### Goal of the exercise
Give the number of lines in the records below that hold "PERUSPILARI"; nothing else is needed.

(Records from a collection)
┌──

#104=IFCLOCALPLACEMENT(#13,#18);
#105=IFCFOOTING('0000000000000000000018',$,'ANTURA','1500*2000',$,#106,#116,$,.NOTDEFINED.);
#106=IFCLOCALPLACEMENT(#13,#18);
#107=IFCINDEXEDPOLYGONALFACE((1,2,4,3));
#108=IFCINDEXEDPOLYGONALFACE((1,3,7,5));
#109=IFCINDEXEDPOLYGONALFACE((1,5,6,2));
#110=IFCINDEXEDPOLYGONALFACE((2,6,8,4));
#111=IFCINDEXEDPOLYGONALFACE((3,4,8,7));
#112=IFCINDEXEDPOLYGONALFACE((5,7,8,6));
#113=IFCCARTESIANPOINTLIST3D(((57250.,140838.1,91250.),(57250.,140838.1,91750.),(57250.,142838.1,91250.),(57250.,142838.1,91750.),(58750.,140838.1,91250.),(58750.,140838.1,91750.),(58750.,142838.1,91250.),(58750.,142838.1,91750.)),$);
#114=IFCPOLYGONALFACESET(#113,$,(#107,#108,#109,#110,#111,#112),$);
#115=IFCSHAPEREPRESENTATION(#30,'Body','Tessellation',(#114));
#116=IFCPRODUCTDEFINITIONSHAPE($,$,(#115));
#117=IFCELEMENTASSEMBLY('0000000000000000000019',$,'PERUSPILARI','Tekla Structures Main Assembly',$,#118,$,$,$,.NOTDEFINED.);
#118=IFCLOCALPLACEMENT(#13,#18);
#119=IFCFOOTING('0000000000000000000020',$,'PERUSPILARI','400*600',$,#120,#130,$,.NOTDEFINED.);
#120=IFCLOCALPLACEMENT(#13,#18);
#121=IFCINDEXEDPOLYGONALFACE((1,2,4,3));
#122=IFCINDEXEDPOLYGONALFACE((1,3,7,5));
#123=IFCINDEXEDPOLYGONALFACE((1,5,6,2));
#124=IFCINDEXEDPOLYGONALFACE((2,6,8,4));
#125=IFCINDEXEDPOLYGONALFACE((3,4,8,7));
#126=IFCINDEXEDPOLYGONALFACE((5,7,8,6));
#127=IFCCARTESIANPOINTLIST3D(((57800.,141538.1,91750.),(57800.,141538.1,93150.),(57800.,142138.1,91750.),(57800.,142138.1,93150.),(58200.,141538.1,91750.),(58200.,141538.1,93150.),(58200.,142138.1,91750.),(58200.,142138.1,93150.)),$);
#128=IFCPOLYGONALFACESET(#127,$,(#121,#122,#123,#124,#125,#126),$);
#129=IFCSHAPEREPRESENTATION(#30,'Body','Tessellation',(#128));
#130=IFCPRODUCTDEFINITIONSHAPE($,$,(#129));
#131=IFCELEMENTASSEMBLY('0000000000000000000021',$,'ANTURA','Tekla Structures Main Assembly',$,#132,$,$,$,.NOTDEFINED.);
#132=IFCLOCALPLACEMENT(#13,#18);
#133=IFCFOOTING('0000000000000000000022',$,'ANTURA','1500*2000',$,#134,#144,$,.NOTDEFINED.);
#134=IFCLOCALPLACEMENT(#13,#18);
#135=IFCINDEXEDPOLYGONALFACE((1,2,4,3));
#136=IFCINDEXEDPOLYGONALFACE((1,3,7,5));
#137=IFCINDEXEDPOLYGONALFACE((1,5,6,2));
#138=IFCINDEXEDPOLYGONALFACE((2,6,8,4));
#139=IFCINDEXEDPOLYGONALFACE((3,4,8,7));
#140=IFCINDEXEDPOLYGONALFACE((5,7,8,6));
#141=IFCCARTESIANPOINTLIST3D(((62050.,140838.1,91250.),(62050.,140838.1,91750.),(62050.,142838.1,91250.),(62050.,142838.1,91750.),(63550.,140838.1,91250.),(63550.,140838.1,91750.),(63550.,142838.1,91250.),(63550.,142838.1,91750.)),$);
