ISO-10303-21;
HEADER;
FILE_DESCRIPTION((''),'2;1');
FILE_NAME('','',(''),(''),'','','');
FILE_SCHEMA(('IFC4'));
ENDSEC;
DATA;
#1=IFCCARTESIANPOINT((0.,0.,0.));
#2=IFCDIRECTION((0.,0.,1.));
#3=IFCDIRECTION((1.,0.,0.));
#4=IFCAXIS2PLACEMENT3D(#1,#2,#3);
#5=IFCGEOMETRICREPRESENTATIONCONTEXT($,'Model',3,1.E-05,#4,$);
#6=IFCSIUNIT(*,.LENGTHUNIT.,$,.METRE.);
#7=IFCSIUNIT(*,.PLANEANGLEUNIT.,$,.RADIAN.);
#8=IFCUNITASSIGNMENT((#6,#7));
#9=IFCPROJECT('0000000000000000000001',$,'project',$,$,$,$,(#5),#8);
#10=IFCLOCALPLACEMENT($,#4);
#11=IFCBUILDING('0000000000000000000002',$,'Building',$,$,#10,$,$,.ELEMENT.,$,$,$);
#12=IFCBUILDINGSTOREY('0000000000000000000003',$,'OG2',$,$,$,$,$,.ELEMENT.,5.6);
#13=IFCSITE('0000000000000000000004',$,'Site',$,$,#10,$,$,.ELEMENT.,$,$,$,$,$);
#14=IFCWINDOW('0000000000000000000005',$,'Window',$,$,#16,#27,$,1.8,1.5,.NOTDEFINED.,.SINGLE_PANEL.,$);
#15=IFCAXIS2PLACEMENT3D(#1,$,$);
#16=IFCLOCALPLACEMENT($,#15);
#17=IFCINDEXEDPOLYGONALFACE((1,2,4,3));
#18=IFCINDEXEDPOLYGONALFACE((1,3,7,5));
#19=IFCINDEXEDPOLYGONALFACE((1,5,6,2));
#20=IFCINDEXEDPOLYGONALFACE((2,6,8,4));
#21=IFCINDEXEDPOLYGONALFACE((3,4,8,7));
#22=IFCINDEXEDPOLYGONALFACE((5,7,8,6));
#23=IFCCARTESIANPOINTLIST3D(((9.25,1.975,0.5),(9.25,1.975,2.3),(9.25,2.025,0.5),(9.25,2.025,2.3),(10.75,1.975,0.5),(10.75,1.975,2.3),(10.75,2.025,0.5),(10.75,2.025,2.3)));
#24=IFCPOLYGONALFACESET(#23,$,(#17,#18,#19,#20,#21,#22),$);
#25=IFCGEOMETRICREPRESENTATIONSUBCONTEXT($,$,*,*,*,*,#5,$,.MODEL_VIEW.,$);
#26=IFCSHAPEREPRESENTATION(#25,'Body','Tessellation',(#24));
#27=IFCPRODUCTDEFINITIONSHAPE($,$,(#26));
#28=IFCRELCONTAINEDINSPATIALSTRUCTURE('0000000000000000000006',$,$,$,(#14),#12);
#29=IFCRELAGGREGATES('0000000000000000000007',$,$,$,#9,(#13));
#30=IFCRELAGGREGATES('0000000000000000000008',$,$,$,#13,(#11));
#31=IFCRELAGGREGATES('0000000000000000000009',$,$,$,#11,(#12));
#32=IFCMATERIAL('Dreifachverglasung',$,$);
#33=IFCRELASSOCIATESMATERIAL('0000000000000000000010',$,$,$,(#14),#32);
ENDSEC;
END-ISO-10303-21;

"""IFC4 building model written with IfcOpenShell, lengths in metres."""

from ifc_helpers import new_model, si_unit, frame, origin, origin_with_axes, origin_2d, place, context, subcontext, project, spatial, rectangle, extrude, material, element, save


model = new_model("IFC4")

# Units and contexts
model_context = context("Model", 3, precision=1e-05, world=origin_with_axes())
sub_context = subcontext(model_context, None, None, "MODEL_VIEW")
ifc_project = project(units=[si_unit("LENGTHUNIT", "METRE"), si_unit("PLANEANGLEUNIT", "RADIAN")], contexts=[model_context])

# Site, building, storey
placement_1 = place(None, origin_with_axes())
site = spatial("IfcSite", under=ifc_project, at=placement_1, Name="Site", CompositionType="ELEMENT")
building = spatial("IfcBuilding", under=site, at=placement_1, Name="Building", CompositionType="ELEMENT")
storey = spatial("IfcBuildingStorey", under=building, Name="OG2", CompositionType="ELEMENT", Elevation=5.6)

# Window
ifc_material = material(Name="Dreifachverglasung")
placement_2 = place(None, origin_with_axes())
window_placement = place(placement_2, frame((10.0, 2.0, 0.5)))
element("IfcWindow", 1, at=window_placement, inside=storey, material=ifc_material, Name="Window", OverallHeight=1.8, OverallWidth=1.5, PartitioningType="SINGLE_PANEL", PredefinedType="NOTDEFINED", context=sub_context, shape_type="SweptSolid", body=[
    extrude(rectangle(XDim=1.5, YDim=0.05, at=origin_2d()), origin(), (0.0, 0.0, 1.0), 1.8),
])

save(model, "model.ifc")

└──
┌──

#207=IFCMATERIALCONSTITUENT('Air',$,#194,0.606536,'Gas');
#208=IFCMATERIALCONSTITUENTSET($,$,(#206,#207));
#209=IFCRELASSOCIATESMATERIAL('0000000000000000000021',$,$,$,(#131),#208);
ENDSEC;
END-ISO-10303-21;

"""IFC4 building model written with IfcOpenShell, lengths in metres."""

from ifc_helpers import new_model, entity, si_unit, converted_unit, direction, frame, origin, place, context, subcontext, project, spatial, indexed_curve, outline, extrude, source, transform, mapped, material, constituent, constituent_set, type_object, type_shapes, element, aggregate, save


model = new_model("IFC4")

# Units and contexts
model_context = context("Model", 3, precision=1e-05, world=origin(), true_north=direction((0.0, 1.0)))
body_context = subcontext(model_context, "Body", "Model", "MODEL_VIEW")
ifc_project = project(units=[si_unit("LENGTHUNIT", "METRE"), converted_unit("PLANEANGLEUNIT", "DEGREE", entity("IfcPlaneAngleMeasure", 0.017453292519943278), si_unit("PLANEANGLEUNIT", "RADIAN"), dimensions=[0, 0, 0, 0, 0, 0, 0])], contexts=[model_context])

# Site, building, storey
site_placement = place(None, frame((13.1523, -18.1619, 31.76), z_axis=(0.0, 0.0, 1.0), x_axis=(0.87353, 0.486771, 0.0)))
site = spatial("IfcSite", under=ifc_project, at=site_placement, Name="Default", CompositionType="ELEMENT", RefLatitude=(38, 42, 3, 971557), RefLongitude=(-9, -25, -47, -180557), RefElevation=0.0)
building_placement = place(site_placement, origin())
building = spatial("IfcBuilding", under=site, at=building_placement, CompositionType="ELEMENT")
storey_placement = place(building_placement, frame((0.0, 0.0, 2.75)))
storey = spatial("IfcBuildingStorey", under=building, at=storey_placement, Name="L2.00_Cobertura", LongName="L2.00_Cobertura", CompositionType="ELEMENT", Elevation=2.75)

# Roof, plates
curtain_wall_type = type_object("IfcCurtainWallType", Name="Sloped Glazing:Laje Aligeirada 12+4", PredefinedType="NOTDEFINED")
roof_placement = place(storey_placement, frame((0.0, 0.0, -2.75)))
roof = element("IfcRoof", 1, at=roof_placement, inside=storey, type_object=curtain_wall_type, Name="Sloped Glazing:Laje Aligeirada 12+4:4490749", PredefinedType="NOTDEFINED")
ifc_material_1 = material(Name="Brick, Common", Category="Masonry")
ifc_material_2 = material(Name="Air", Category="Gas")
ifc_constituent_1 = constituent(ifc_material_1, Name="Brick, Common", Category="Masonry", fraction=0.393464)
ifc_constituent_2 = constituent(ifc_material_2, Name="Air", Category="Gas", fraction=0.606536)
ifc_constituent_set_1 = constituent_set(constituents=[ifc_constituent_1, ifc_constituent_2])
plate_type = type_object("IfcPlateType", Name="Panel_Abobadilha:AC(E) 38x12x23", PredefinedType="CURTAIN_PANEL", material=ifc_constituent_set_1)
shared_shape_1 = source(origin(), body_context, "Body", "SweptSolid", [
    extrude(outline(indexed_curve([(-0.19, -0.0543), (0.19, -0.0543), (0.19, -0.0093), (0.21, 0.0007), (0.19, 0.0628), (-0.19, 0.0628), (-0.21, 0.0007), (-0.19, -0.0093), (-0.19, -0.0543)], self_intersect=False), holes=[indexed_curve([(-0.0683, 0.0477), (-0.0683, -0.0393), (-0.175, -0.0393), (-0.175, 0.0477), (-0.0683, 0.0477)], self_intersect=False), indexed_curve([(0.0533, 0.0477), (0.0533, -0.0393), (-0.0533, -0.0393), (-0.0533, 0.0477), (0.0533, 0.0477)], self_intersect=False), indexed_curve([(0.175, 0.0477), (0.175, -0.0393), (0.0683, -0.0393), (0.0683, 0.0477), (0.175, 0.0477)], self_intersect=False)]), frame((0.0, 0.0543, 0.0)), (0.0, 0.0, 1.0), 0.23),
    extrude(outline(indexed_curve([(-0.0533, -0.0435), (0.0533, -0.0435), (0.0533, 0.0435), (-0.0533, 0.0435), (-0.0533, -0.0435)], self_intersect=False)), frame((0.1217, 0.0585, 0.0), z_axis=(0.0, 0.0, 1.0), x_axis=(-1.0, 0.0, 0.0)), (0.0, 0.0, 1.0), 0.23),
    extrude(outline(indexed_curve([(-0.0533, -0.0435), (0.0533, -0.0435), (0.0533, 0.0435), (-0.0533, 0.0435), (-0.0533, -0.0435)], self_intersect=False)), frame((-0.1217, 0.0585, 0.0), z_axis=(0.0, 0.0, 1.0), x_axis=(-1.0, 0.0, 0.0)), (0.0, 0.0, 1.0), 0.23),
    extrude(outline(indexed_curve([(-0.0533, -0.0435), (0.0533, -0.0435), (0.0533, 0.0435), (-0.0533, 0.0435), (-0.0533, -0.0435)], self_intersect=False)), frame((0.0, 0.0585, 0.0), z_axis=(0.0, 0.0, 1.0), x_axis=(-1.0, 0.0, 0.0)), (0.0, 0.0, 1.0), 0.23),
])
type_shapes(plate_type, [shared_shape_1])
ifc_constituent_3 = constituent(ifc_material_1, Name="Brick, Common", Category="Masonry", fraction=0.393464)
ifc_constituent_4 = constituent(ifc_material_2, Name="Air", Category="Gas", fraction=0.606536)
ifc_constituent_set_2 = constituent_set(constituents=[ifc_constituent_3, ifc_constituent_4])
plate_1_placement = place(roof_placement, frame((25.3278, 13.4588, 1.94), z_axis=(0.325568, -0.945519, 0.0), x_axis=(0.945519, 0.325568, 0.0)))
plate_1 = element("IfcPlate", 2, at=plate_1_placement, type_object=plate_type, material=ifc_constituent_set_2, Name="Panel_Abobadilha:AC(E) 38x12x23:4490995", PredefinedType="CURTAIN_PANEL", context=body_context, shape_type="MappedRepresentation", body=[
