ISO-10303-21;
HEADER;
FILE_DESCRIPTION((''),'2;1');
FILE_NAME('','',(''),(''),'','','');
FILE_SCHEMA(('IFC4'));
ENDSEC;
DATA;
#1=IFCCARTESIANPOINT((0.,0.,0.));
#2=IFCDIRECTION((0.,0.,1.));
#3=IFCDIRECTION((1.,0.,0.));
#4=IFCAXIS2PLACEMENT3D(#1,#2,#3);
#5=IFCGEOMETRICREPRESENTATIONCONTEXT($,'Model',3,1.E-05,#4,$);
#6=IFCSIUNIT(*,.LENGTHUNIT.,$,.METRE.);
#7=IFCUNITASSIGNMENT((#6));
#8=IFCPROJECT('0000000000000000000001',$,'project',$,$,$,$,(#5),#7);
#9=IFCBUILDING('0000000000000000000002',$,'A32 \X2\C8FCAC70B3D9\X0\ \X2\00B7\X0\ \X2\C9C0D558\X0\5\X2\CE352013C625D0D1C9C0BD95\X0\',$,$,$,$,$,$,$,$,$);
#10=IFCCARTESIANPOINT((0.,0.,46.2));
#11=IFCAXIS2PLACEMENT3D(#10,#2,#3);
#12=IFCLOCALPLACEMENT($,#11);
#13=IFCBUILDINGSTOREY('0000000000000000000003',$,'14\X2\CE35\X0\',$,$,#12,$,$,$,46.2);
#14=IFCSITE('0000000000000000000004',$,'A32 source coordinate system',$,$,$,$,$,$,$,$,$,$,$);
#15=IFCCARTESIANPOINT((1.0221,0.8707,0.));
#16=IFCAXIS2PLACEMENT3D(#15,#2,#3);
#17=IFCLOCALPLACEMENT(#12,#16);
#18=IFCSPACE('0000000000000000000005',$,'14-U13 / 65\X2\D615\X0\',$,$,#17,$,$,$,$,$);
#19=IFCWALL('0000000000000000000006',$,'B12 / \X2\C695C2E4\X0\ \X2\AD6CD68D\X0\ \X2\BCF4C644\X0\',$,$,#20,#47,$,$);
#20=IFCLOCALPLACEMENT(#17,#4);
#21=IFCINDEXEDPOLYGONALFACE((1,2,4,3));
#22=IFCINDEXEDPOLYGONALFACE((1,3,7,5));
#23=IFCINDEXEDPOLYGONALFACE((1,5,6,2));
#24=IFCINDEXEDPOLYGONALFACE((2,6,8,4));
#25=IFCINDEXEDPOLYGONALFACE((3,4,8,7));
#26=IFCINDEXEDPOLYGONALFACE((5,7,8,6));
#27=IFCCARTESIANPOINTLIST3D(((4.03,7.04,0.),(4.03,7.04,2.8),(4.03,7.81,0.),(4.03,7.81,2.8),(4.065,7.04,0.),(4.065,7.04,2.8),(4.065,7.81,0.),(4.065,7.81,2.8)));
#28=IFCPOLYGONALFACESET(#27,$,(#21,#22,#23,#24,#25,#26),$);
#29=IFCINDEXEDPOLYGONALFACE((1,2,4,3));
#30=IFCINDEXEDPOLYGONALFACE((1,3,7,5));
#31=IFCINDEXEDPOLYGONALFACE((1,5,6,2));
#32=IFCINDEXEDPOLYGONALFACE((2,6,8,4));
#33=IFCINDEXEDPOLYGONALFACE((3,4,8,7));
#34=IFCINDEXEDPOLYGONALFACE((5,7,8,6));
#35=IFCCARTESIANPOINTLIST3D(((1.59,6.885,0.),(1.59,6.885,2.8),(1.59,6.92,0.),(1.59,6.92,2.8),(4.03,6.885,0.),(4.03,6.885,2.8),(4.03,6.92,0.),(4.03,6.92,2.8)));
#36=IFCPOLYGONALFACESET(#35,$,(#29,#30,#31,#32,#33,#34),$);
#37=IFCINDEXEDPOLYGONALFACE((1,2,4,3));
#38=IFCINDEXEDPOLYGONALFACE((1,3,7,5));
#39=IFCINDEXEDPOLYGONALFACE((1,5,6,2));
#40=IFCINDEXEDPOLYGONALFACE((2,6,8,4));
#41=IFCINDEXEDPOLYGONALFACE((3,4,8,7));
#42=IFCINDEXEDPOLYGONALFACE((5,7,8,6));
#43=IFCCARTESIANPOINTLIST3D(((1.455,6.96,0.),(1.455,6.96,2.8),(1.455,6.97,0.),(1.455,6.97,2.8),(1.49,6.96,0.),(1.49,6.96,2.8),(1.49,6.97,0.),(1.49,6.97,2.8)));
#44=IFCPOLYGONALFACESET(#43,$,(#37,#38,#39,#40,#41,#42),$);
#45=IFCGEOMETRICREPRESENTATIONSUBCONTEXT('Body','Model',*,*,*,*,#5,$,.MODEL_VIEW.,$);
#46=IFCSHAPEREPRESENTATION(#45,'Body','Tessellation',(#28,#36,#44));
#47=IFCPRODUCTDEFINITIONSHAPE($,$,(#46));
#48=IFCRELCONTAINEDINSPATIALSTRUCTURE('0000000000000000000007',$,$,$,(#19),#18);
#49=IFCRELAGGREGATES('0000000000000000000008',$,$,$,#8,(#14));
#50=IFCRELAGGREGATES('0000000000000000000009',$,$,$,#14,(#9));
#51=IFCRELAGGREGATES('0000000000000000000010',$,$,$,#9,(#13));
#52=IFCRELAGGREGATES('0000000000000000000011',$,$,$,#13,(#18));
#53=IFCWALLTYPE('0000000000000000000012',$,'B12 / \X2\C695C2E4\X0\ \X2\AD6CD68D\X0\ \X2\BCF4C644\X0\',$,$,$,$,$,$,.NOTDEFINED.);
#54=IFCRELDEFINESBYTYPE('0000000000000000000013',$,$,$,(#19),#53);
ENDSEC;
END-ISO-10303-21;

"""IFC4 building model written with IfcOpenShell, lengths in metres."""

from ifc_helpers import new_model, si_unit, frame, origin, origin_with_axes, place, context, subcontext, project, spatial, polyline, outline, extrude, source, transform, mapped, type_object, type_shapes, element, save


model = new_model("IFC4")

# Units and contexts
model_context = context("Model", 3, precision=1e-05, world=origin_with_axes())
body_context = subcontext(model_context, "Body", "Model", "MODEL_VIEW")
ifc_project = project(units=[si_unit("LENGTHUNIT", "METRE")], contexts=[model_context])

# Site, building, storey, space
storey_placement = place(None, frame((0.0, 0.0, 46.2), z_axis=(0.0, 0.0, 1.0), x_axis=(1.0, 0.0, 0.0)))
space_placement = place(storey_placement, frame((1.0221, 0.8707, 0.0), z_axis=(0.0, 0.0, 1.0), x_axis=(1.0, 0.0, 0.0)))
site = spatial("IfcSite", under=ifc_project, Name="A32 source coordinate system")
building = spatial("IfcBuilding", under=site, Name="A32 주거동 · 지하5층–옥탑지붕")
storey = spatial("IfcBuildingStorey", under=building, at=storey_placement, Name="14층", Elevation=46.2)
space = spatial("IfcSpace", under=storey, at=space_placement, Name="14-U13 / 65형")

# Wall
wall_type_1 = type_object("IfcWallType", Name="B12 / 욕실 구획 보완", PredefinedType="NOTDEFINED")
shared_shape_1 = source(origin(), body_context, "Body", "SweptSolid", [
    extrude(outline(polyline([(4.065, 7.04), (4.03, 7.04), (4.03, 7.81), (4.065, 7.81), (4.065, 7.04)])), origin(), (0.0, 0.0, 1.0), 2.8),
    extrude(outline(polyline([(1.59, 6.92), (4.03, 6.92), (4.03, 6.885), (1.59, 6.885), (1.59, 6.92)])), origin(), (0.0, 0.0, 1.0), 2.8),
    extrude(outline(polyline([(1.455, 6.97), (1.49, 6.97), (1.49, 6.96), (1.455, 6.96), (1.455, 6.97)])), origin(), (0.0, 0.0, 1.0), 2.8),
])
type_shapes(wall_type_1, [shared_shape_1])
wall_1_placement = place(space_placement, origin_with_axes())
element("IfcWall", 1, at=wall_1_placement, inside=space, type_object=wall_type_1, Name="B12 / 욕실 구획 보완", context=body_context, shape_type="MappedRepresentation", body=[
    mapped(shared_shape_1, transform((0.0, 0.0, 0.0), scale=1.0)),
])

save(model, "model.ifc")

└──

### Exercise result
2